8

I've already solved my problem by moving the import to the top declarations, but it left me wondering: Why cant I use a module that was imported in '__main__' in functions that are the targets of multiprocessing?

For example:

import os
import multiprocessing as mp

def run(in_file, out_dir, out_q):
    arcpy.RaterToPolygon_conversion(in_file, out_dir, "NO_SIMPIFY", "Value")
    status = str("Done with "+os.path.basename(in_file))
    out_q.put(status, block=False)

if __name__ == '__main__':
    raw_input("Program may hang, press Enter to import ArcPy...")
    import arcpy

    q = mp.Queue()
    _file = path/to/file
    _dir = path/to/dir
    # There are actually lots of files in a loop to build
    # processes but I just do one for context here
    p = mp.Process(target=run, args=(_file, _dir, q))
    p.start()

# I do stuff with Queue below to status user

When you run this in IDLE it doesn't error at all...just keeps doing a Queue check (which is good so not the problem). The problem is that when you run this in the CMD terminal (either OS or Python) it produces the error that arcpy is not defined!

Just a curious topic.

  • Are you running on linux or windows? – tdelaney Apr 21 '17 at 14:26
  • @tdelaney Windows, that's why I am using the `if __name__` statement. –  Apr 21 '17 at 14:40
  • On WIndows, `multiprocessing` effectively `import`s the main script into each Python subprocess it spawns, so the `if __name__ == '__main__'` will be `False` in those cases. In your script, that means that the module `arcpy` won't have been imported when `run()` is executed because the process it's in executes in completely separate memory-space. – martineau Apr 21 '17 at 15:08

1 Answers1

7

The situation is different in unix-like systems and Windows. On the unixy systems, multiprocessing uses fork to create child processes that share a copy-on-write view of the parent memory space. The child sees the imports from the parent, including anything the parent imported under if __name__ == "__main__":.

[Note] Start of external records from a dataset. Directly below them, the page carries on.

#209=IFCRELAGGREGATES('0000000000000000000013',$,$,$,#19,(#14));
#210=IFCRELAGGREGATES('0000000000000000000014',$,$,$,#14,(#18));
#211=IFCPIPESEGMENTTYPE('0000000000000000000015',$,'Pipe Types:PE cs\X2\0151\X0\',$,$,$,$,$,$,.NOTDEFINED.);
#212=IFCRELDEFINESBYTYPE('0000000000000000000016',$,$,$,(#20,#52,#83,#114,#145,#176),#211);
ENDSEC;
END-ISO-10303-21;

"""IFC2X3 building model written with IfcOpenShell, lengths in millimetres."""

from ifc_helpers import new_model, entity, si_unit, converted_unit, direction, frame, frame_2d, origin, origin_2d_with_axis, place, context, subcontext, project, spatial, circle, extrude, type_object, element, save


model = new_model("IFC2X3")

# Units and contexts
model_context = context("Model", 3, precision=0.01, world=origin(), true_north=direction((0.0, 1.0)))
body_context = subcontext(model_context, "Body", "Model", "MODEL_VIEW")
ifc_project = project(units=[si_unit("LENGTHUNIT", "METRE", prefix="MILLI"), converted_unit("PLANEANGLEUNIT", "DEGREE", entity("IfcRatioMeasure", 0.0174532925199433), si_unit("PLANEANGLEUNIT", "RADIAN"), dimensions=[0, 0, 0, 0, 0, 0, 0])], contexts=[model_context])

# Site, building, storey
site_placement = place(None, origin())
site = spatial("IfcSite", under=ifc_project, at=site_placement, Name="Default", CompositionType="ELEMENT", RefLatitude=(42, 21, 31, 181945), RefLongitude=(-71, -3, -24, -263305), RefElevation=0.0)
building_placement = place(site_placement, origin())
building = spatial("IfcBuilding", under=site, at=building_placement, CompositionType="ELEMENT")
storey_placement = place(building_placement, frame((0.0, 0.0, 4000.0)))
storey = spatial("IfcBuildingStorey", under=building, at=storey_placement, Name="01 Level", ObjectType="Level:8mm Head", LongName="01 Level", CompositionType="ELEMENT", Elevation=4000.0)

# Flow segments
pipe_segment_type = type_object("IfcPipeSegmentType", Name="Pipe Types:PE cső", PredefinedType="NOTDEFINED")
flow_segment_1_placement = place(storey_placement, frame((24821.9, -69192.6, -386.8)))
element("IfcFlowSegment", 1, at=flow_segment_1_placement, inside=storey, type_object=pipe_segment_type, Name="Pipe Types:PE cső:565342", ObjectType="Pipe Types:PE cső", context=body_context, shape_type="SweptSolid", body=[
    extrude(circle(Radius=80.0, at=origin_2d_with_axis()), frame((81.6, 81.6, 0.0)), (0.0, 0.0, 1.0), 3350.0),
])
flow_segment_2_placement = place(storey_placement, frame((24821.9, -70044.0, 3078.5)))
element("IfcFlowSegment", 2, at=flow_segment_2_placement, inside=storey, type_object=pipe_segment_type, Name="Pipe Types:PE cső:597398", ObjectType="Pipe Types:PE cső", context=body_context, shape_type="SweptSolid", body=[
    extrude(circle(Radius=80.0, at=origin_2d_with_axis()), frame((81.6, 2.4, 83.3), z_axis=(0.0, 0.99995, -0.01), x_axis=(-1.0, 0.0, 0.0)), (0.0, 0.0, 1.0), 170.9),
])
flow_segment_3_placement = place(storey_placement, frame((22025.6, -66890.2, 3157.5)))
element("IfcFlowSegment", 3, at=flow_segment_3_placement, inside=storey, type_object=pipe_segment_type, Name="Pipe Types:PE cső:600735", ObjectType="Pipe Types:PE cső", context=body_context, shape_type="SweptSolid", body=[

On windows, there is no fork, a new process has to be executed. But simply rerunning the parent process doesn't work - it would run the whole program again. Instead, multiprocessing runs its own python program that imports the parent main script and then pickles/unpickles a view of the parent object space that is, hopefully, sufficient for the child process.

That program is the __main__ for the child process and the __main__ of the parent script doesn't run. The main script was just imported like any other module. The reason is simple: running the parent __main__ would just run the full parent program again, which mp must avoid.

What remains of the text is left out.